In 1854, 17-year-old Dwight Lyman Moody left his mother's home in Northfield, Massachusetts near the New Hampshire border and headed south to Boston. He had big plans. He set out on a mission to learn the ins and outs of the business world, intent on earning $100,000 a year as a result of his endeavors. Once he reached Boston he found work as a clerk in a shoe store and by the time he turned nineteen, he had come to the conclusion that Chicago might actually be the place where he would realize his dream.

  [The D. L. Moody Memorial Church & Sunday School, 1635 N. La Salle Street, Chicago / Image & Artwork: chicago designslinger]
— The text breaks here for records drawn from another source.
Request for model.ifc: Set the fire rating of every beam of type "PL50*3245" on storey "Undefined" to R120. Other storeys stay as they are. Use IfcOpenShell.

First a look at what the model holds.

```python
import ifcopenshell
import ifcopenshell.util.element

model = ifcopenshell.open("model.ifc")
print(model.schema)
storey = next(s for s in model.by_type("IfcBuildingStorey") if s.Name == "Undefined")
beams = [e for e in ifcopenshell.util.element.get_decomposition(storey) if e.is_a("IfcBeam")]
seen = {}
for e in beams:
    element_type = ifcopenshell.util.element.get_type(e)
    key = (element_type.Name if element_type != e and element_type else None, ifcopenshell.util.element.get_pset(e, "Pset_BeamCommon", "FireRating"))
    seen[key] = seen.get(key, 0) + 1
for (name, value), count in sorted(seen.items(), key=str):
    print(count, "x", name, "|", value)
```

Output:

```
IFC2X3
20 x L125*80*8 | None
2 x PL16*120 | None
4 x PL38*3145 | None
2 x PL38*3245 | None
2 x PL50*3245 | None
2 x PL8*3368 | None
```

```python
import ifcopenshell
import ifcopenshell.api.pset
import ifcopenshell.util.element

model = ifcopenshell.open("model.ifc")

storey = next(s for s in model.by_type("IfcBuildingStorey") if s.Name == "Undefined")
beams = [e for e in ifcopenshell.util.element.get_decomposition(storey) if e.is_a("IfcBeam")]

count = 0
for e in beams:
    element_type = ifcopenshell.util.element.get_type(e)
    if element_type in (None, e) or element_type.Name != "PL50*3245":
        continue
    # add_pset returns the element's existing set when there is one.
    pset = ifcopenshell.api.pset.add_pset(model, product=e, name="Pset_BeamCommon")
    ifcopenshell.api.pset.edit_pset(model, pset=pset, properties={"FireRating": "R120"})
    count += 1

print(count, "beams updated")

model.write("model_edited.ifc")
```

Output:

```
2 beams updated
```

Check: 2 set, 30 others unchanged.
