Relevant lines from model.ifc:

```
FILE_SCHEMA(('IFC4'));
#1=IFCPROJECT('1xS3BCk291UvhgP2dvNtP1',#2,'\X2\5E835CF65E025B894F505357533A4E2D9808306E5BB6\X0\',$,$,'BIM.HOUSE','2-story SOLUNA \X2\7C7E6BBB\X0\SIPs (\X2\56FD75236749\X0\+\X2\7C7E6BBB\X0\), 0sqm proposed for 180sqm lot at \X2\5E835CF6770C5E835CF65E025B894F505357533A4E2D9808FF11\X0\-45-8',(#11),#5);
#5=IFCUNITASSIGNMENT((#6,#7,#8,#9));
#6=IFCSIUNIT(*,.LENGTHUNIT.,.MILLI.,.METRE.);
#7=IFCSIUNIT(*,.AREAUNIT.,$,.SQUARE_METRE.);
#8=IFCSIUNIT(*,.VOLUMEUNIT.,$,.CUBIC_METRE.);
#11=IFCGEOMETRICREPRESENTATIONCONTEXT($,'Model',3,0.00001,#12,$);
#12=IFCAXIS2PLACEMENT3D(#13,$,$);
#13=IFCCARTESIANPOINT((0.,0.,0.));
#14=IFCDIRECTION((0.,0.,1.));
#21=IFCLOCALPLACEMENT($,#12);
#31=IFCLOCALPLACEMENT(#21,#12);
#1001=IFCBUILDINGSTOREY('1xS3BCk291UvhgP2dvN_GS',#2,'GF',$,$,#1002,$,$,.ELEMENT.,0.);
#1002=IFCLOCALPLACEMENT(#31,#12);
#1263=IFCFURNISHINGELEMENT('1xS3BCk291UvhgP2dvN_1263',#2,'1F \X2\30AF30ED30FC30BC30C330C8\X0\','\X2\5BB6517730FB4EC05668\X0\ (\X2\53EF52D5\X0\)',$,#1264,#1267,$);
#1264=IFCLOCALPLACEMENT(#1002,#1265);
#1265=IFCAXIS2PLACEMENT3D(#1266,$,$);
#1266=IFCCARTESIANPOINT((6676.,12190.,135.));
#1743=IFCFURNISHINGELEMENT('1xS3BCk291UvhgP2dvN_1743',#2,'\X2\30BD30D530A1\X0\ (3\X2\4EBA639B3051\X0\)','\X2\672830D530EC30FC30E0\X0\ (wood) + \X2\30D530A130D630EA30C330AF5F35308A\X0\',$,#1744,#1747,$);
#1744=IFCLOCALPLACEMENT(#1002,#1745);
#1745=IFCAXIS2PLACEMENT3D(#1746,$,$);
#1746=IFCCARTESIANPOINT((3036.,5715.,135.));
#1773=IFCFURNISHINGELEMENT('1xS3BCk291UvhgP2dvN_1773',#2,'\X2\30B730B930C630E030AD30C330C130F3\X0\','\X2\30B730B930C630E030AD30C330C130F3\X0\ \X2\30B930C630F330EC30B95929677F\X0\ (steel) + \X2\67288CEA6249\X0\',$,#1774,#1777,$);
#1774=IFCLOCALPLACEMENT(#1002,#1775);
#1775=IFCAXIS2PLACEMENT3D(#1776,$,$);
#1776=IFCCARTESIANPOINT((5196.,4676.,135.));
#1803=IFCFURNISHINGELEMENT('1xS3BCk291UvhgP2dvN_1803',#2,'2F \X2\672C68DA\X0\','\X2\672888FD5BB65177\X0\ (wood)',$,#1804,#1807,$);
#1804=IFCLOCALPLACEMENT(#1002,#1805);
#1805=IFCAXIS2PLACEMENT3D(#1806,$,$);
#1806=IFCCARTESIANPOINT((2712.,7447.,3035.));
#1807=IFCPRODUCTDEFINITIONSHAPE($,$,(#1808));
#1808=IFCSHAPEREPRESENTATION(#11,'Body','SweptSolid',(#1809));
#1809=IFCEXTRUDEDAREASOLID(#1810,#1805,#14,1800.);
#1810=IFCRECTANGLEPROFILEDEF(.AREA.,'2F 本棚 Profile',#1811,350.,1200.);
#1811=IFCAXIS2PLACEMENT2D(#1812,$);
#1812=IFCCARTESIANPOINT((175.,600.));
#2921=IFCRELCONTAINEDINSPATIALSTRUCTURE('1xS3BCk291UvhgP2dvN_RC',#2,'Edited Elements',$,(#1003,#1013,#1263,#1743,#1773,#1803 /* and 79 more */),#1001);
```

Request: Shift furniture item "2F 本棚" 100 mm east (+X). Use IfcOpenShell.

```python
import ifcopenshell
import ifcopenshell.api.geometry
import ifcopenshell.util.placement
import ifcopenshell.util.unit

model = ifcopenshell.open("model.ifc")
unit_scale = ifcopenshell.util.unit.calculate_unit_scale(model)

item = model.by_guid("1xS3BCk291UvhgP2dvN_1803")
matrix = ifcopenshell.util.placement.get_local_placement(item.ObjectPlacement)
matrix[0, 3] += 0.1 / unit_scale
ifcopenshell.api.geometry.edit_object_placement(model, product=item, matrix=matrix, is_si=False)

print(ifcopenshell.util.placement.get_local_placement(item.ObjectPlacement).round(3) + 0.0)

model.write("model_edited.ifc")
```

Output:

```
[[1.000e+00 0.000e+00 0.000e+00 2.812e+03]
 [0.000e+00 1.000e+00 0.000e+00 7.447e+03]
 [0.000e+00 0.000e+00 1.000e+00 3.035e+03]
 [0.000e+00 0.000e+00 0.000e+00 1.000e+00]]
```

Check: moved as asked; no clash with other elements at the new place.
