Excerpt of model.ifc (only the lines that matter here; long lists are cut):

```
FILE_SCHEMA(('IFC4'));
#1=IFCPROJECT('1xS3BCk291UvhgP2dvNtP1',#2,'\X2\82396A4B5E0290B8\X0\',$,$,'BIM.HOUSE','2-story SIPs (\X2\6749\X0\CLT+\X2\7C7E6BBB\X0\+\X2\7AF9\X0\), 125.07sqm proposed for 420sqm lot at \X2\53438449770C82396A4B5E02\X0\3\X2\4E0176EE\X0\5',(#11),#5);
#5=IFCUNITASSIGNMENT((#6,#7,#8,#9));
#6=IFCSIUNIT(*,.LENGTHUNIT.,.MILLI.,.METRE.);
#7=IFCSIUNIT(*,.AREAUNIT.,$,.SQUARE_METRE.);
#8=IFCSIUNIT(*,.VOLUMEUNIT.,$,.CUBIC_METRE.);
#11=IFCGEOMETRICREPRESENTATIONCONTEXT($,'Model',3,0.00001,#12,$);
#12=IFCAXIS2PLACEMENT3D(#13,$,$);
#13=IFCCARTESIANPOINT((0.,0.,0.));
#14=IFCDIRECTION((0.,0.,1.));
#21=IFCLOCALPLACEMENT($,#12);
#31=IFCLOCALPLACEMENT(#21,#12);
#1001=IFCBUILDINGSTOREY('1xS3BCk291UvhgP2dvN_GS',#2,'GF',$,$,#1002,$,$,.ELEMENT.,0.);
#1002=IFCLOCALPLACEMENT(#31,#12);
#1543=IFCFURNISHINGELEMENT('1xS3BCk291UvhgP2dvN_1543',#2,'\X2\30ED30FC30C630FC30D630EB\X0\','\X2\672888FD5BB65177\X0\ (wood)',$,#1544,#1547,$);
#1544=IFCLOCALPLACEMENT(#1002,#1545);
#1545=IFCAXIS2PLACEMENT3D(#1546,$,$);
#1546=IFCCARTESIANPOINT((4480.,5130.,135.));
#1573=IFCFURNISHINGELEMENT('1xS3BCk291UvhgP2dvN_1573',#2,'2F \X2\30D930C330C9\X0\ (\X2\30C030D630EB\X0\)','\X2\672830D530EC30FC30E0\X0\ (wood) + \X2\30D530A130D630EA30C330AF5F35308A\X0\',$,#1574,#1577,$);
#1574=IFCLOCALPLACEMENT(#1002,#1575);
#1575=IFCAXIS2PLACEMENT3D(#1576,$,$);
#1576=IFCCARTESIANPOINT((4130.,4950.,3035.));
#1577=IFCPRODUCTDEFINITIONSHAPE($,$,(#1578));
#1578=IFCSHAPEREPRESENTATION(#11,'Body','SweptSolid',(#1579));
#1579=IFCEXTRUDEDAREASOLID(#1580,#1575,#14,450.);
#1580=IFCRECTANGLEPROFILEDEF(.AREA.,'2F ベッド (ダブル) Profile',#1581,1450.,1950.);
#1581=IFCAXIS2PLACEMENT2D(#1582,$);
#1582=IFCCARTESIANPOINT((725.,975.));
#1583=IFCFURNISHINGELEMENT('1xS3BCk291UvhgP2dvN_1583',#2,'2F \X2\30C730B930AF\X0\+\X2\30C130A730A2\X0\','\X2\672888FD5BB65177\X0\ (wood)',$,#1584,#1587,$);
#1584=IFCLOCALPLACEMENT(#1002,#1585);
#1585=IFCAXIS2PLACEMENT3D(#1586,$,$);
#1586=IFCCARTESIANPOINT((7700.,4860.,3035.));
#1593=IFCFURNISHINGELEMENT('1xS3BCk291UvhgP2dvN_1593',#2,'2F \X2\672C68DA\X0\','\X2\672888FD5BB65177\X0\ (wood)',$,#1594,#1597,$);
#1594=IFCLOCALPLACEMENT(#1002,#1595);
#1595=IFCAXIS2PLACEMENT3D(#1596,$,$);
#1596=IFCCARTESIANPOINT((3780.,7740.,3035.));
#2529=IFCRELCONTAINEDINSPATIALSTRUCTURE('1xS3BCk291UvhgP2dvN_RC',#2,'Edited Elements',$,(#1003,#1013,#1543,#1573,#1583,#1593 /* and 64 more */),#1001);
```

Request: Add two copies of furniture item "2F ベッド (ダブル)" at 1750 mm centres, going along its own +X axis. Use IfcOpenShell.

```python
import ifcopenshell
import ifcopenshell.api.geometry
import ifcopenshell.api.root
import ifcopenshell.util.element
import ifcopenshell.util.placement

model = ifcopenshell.open("model.ifc")


def reuse_history(source, copy):
    """copy_class also copies each property set's owner history, people and application; keep the originals."""
    for rel in copy.IsDefinedBy:
        if rel.is_a("IfcRelDefinesByProperties") and (history := rel.RelatingPropertyDefinition.OwnerHistory):
            rel.RelatingPropertyDefinition.OwnerHistory = source.OwnerHistory
            ifcopenshell.util.element.remove_deep2(model, history)


source = model.by_guid("1xS3BCk291UvhgP2dvN_1573")
base = ifcopenshell.util.placement.get_local_placement(source.ObjectPlacement)
step = base[:3, 0] * 1750.0

for i in range(1, 3):
    copy = ifcopenshell.api.root.copy_class(model, product=source)
    copy.Representation = ifcopenshell.util.element.copy_deep(
        model, source.Representation, exclude=["IfcGeometricRepresentationContext", "IfcRepresentationMap"]
    )
    reuse_history(source, copy)
    matrix = base.copy()
    matrix[:3, 3] += i * step
    print("added at", matrix[:3, 3].round(3) + 0.0)
    ifcopenshell.api.geometry.edit_object_placement(model, product=copy, matrix=matrix, is_si=False)

model.write("model_updated.ifc")
```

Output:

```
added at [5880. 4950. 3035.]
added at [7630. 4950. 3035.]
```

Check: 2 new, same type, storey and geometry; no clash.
He wouldn't be the first, nor the last New Englander who believed that the young city out on the western frontier might be just the right place for an enterprising young man to make a fortune in the dry goods trade. Marshall Field, another Massachusetts native, came to Chicago in the same year as Moody, but while Field went on to become one of the wealthiest men in the United States, Moody found another calling. He was working as a salesman for C.N. Henderson & Co. in downtown Chicago, when he discovered a neighborhood very different from the one he lived in on Michigan Avenue. Just north of the Chicago River, in and around Illinois, Franklin and Market (today's Orleans) Streets Moody discovered a ramshackle neighborhood comprised primarily of Irish immigrants from an area in County Cork, Ireland called Kilgubbin. It was one of the city's densest and poorest whose streets were lined with small, deteriorating wooden shacks and filled with young boys popularly known as "Street Arabs."

  [The D. L. Moody Memorial Church & Sunday School, Near North Side, Chicago / Image & Artwork: chicago designslinger]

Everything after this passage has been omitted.